DATA FOR PROCESSING>
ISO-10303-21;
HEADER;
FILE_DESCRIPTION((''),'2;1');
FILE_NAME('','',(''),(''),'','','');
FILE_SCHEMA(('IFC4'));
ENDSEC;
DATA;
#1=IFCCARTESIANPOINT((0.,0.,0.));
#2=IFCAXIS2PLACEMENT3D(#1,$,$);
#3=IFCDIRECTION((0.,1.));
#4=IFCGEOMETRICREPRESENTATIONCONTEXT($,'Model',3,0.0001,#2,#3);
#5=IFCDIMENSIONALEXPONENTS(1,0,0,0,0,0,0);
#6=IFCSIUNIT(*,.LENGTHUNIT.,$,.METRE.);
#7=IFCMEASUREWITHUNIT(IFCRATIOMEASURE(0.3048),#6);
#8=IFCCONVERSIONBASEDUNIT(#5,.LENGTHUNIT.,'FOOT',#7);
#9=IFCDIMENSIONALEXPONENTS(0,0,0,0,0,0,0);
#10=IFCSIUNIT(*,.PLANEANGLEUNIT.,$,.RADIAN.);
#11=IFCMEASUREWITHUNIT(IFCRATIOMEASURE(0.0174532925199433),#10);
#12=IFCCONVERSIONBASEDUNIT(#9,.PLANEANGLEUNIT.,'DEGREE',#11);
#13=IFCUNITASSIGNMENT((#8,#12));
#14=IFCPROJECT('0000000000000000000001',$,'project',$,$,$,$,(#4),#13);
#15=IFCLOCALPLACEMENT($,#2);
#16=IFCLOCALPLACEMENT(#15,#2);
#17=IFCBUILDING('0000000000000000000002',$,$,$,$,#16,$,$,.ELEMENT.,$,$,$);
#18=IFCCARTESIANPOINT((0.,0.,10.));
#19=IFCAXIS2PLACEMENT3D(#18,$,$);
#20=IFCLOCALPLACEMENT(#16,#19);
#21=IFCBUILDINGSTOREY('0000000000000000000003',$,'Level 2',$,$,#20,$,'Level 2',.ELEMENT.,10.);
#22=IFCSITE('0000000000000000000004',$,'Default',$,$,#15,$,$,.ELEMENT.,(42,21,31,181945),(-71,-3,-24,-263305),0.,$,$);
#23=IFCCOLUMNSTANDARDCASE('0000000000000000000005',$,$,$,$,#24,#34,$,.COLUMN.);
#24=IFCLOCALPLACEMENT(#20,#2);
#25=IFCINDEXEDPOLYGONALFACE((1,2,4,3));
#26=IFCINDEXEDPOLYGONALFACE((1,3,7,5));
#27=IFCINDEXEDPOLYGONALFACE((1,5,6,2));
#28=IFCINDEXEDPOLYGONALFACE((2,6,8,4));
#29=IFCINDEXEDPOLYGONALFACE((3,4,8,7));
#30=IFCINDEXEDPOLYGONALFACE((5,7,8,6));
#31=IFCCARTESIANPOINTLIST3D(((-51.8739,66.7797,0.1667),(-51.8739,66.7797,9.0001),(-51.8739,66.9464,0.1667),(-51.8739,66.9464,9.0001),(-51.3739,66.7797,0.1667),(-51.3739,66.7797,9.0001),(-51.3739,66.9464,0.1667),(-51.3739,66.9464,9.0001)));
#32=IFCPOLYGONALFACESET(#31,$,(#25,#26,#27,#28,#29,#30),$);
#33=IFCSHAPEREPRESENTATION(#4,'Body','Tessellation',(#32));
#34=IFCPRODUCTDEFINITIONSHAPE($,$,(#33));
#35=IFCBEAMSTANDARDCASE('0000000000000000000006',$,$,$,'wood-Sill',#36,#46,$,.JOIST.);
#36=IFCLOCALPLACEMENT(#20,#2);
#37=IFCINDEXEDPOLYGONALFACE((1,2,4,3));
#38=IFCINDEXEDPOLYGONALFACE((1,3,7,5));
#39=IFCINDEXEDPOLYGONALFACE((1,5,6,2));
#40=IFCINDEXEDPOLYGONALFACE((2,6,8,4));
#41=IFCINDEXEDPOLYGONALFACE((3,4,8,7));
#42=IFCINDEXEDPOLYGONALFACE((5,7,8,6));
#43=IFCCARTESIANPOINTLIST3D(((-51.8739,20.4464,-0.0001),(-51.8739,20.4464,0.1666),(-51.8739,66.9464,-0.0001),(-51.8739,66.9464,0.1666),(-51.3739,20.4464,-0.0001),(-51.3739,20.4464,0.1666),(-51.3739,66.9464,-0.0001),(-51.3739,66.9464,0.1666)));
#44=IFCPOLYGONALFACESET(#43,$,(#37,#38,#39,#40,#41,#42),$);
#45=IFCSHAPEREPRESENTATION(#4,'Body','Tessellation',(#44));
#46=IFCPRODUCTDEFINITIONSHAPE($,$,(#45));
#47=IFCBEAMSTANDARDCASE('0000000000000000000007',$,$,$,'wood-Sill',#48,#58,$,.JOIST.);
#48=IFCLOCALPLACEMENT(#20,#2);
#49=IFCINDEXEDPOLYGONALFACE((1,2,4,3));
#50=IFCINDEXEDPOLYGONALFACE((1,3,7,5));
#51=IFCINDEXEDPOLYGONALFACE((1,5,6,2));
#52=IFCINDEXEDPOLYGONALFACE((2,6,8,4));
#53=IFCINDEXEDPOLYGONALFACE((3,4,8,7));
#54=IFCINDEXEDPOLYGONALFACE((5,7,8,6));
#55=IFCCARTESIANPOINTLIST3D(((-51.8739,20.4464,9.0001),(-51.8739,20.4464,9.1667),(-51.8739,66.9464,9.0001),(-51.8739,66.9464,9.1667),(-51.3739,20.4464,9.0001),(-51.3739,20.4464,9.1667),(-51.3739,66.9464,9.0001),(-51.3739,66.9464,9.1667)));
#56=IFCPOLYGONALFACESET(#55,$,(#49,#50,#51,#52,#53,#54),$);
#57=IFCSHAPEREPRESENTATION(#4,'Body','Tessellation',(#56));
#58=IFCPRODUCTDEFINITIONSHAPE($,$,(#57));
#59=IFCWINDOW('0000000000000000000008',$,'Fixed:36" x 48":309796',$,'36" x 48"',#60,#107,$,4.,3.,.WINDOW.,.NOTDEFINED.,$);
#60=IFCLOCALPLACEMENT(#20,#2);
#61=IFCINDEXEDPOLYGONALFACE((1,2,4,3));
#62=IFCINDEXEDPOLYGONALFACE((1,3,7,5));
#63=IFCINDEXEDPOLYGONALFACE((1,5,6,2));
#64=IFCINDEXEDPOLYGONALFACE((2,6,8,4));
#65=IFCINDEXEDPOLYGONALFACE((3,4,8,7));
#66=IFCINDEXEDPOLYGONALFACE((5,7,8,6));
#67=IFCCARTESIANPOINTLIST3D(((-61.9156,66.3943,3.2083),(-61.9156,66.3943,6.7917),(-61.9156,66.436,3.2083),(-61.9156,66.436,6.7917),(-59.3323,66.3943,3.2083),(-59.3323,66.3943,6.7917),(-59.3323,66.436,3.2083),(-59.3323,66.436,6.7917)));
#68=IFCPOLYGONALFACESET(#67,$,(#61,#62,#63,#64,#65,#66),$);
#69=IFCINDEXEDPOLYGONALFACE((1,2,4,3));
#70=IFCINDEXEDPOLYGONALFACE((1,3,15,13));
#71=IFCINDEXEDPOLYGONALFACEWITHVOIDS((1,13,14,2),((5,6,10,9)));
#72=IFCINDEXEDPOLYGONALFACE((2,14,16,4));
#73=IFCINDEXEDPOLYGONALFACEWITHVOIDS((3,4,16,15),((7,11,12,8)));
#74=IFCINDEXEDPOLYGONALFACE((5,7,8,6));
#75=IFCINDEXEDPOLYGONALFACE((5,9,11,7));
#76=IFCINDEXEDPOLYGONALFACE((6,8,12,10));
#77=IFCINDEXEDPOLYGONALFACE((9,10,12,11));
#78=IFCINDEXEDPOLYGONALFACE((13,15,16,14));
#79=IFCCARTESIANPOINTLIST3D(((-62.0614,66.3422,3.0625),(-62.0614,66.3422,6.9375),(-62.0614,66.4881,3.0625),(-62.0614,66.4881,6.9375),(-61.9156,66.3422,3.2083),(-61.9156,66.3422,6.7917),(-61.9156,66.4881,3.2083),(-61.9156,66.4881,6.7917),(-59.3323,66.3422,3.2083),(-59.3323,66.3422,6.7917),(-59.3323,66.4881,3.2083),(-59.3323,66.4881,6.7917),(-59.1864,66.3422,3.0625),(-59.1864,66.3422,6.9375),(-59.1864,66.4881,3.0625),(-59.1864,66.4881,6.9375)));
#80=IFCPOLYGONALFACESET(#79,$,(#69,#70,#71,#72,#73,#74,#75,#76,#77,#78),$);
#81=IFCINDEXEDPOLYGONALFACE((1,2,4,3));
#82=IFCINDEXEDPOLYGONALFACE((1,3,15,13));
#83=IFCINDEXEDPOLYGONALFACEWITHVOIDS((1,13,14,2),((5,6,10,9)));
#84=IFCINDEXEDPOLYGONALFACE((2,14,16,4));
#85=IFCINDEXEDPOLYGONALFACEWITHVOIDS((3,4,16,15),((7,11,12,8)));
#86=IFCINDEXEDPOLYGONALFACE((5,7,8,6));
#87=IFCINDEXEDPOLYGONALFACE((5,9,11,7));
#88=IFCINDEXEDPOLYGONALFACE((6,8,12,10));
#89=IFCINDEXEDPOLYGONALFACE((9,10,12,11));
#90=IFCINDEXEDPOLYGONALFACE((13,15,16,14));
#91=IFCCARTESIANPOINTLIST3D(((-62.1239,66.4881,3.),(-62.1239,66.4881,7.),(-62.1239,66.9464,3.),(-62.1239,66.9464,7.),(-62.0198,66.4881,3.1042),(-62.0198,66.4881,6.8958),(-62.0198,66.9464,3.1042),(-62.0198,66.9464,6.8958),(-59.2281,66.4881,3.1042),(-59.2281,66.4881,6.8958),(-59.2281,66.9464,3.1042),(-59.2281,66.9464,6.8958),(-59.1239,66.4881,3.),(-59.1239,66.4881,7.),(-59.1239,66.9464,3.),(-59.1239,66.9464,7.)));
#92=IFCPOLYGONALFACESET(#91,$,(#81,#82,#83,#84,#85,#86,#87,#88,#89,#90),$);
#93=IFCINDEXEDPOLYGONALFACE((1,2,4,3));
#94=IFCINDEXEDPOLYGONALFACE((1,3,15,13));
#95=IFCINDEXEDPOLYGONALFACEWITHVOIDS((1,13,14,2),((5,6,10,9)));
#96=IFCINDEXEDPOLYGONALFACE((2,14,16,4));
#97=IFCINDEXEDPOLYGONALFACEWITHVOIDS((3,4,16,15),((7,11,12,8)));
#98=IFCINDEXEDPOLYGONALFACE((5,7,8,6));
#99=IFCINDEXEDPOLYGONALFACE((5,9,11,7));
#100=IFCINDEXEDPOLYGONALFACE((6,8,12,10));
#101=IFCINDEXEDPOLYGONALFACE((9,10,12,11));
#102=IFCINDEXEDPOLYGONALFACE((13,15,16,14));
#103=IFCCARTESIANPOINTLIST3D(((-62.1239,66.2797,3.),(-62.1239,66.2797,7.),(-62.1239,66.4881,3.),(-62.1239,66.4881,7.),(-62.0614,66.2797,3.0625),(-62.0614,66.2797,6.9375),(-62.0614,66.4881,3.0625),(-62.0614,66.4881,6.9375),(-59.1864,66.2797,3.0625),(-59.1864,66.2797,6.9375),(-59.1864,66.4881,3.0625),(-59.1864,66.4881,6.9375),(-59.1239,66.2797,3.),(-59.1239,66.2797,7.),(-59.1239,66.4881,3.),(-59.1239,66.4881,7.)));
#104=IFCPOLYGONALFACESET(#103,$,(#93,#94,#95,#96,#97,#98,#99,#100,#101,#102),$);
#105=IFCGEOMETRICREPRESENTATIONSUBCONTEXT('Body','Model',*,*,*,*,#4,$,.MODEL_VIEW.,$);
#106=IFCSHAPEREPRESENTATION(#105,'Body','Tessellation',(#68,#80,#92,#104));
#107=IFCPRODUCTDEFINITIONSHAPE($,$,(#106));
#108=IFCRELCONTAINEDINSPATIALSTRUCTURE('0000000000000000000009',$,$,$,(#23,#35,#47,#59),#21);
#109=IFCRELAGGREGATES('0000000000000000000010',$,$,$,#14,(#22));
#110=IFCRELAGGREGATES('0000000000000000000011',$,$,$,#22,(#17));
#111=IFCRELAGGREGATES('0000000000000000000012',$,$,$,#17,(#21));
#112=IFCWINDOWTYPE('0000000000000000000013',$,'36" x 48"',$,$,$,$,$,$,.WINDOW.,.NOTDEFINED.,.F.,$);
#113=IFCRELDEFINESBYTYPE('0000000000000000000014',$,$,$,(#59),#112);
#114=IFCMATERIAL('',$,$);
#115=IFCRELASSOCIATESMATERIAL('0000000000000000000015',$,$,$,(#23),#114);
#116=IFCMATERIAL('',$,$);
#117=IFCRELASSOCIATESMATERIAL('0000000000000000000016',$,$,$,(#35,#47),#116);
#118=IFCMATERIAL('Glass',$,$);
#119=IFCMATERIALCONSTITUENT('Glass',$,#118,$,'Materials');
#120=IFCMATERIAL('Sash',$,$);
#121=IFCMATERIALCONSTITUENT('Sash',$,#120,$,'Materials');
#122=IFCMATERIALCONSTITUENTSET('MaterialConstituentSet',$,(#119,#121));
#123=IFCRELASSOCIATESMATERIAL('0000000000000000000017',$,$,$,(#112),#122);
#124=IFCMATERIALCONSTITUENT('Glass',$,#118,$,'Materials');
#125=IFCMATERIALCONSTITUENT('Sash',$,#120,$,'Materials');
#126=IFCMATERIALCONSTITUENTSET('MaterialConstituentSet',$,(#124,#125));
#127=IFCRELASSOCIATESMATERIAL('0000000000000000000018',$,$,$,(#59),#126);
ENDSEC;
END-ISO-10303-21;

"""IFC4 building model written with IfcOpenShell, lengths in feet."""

from ifc_helpers import new_model, entity, si_unit, converted_unit, direction, frame, frame_2d, origin, origin_with_axes, place, context, subcontext, project, spatial, polyline, rectangle, outline, extrude, source, transform, mapped, material, constituent, constituent_set, type_object, type_shapes, element, save


model = new_model("IFC4")

# Units and contexts
model_context = context("Model", 3, precision=0.0001, world=origin(), true_north=direction((0.0, 1.0)))
body_context = subcontext(model_context, "Body", "Model", "MODEL_VIEW")
ifc_project = project(units=[converted_unit("LENGTHUNIT", "FOOT", entity("IfcRatioMeasure", 0.3048), si_unit("LENGTHUNIT", "METRE"), dimensions=[1, 0, 0, 0, 0, 0, 0]), converted_unit("PLANEANGLEUNIT", "DEGREE", entity("IfcRatioMeasure", 0.0174532925199433), si_unit("PLANEANGLEUNIT", "RADIAN"), dimensions=[0, 0, 0, 0, 0, 0, 0])], contexts=[model_context])

# Site, building, storey
site_placement = place(None, origin())
site = spatial("IfcSite", under=ifc_project, at=site_placement, Name="Default", CompositionType="ELEMENT", RefLatitude=(42, 21, 31, 181945), RefLongitude=(-71, -3, -24, -263305), RefElevation=0.0)
building_placement = place(site_placement, origin())
building = spatial("IfcBuilding", under=site, at=building_placement, CompositionType="ELEMENT")
storey_placement = place(building_placement, frame((0.0, 0.0, 10.0)))
storey = spatial("IfcBuildingStorey", under=building, at=storey_placement, Name="Level 2", LongName="Level 2", CompositionType="ELEMENT", Elevation=10.0)

# Column
placement_1 = place(storey_placement, frame((-69.9573, 66.6131, 0.0)))
ifc_material_1 = material(Name="")
placement_2 = place(storey_placement, frame((-51.6239, 66.9464, 0.0), z_axis=(0.0, 0.0, 1.0), x_axis=(0.0, -1.0, 0.0)))
column_placement = place(placement_2, frame((0.0833, 0.0, 0.1667), z_axis=(0.0, 0.0, 1.0), x_axis=(1.0, 0.0, 0.0)))
element("IfcColumnStandardCase", 1, at=column_placement, inside=storey, material=ifc_material_1, PredefinedType="COLUMN", context=model_context, shape_type="SweptSolid", body=[
    extrude(rectangle(XDim=0.1667, YDim=0.5), origin(), (0.0, 0.0, 1.0), 8.8334),
])

# Beams
ifc_material_2 = material(Name="")
for number, where, z_axis, x_axis in (
    (2, (0.0, 0.0, 0.0833), (1.0, 0.0, 0.0), (0.0, 0.0, 1.0)),
    (3, (0.0, 0.0, 9.0834), (1.0, 0.0, 0.0), (0.0, 0.0, 1.0)),
):
    element("IfcBeamStandardCase", number, at=place(placement_2, frame(where, z_axis=z_axis, x_axis=x_axis)), inside=storey, material=ifc_material_2, ObjectType="wood-Sill", PredefinedType="JOIST", context=model_context, shape_type="SweptSolid", body=[
        extrude(rectangle(XDim=0.1667, YDim=0.5), origin_with_axes(), (0.0, 0.0, 1.0), 46.5),
    ])

# Window
ifc_material_3 = material(Name="Glass")
ifc_constituent_1 = constituent(ifc_material_3, Name="Glass", Category="Materials")
ifc_material_4 = material(Name="Sash")
ifc_constituent_2 = constituent(ifc_material_4, Name="Sash", Category="Materials")
ifc_constituent_set_1 = constituent_set(constituents=[ifc_constituent_1, ifc_constituent_2], Name="MaterialConstituentSet")
ifc_constituent_3 = constituent(ifc_material_3, Name="Glass", Category="Materials")
ifc_constituent_4 = constituent(ifc_material_4, Name="Sash", Category="Materials")
ifc_constituent_set_2 = constituent_set(constituents=[ifc_constituent_3, ifc_constituent_4], Name="MaterialConstituentSet")
window_type = type_object("IfcWindowType", Name="36\" x 48\"", ParameterTakesPrecedence=False, PartitioningType="NOTDEFINED", PredefinedType="WINDOW", material=ifc_constituent_set_2)
shared_shape = source(origin(), body_context, "Body", "SweptSolid", [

WHAT YOU SHOULD DO>
The first line of the entries above marks where to begin; repeat each line exactly through the one that contains "#34=IFCPRODUCTDEFINITIONSHAPE($,$,(#33));", and include that line.

ANSWER TO THE PROBLEM>
ISO-10303-21;
HEADER;
FILE_DESCRIPTION((''),'2;1');
FILE_NAME('','',(''),(''),'','','');
FILE_SCHEMA(('IFC4'));
ENDSEC;
DATA;
#1=IFCCARTESIANPOINT((0.,0.,0.));
#2=IFCAXIS2PLACEMENT3D(#1,$,$);
#3=IFCDIRECTION((0.,1.));
#4=IFCGEOMETRICREPRESENTATIONCONTEXT($,'Model',3,0.0001,#2,#3);
#5=IFCDIMENSIONALEXPONENTS(1,0,0,0,0,0,0);
#6=IFCSIUNIT(*,.LENGTHUNIT.,$,.METRE.);
#7=IFCMEASUREWITHUNIT(IFCRATIOMEASURE(0.3048),#6);
#8=IFCCONVERSIONBASEDUNIT(#5,.LENGTHUNIT.,'FOOT',#7);
#9=IFCDIMENSIONALEXPONENTS(0,0,0,0,0,0,0);
#10=IFCSIUNIT(*,.PLANEANGLEUNIT.,$,.RADIAN.);
#11=IFCMEASUREWITHUNIT(IFCRATIOMEASURE(0.0174532925199433),#10);
#12=IFCCONVERSIONBASEDUNIT(#9,.PLANEANGLEUNIT.,'DEGREE',#11);
#13=IFCUNITASSIGNMENT((#8,#12));
#14=IFCPROJECT('0000000000000000000001',$,'project',$,$,$,$,(#4),#13);
#15=IFCLOCALPLACEMENT($,#2);
#16=IFCLOCALPLACEMENT(#15,#2);
#17=IFCBUILDING('0000000000000000000002',$,$,$,$,#16,$,$,.ELEMENT.,$,$,$);
#18=IFCCARTESIANPOINT((0.,0.,10.));
#19=IFCAXIS2PLACEMENT3D(#18,$,$);
#20=IFCLOCALPLACEMENT(#16,#19);
#21=IFCBUILDINGSTOREY('0000000000000000000003',$,'Level 2',$,$,#20,$,'Level 2',.ELEMENT.,10.);
#22=IFCSITE('0000000000000000000004',$,'Default',$,$,#15,$,$,.ELEMENT.,(42,21,31,181945),(-71,-3,-24,-263305),0.,$,$);
#23=IFCCOLUMNSTANDARDCASE('0000000000000000000005',$,$,$,$,#24,#34,$,.COLUMN.);
#24=IFCLOCALPLACEMENT(#20,#2);
#25=IFCINDEXEDPOLYGONALFACE((1,2,4,3));
#26=IFCINDEXEDPOLYGONALFACE((1,3,7,5));
#27=IFCINDEXEDPOLYGONALFACE((1,5,6,2));
#28=IFCINDEXEDPOLYGONALFACE((2,6,8,4));
#29=IFCINDEXEDPOLYGONALFACE((3,4,8,7));
#30=IFCINDEXEDPOLYGONALFACE((5,7,8,6));
#31=IFCCARTESIANPOINTLIST3D(((-51.8739,66.7797,0.1667),(-51.8739,66.7797,9.0001),(-51.8739,66.9464,0.1667),(-51.8739,66.9464,9.0001),(-51.3739,66.7797,0.1667),(-51.3739,66.7797,9.0001),(-51.3739,66.9464,0.1667),(-51.3739,66.9464,9.0001)));
#32=IFCPOLYGONALFACESET(#31,$,(#25,#26,#27,#28,#29,#30),$);
#33=IFCSHAPEREPRESENTATION(#4,'Body','Tessellation',(#32));
#34=IFCPRODUCTDEFINITIONSHAPE($,$,(#33));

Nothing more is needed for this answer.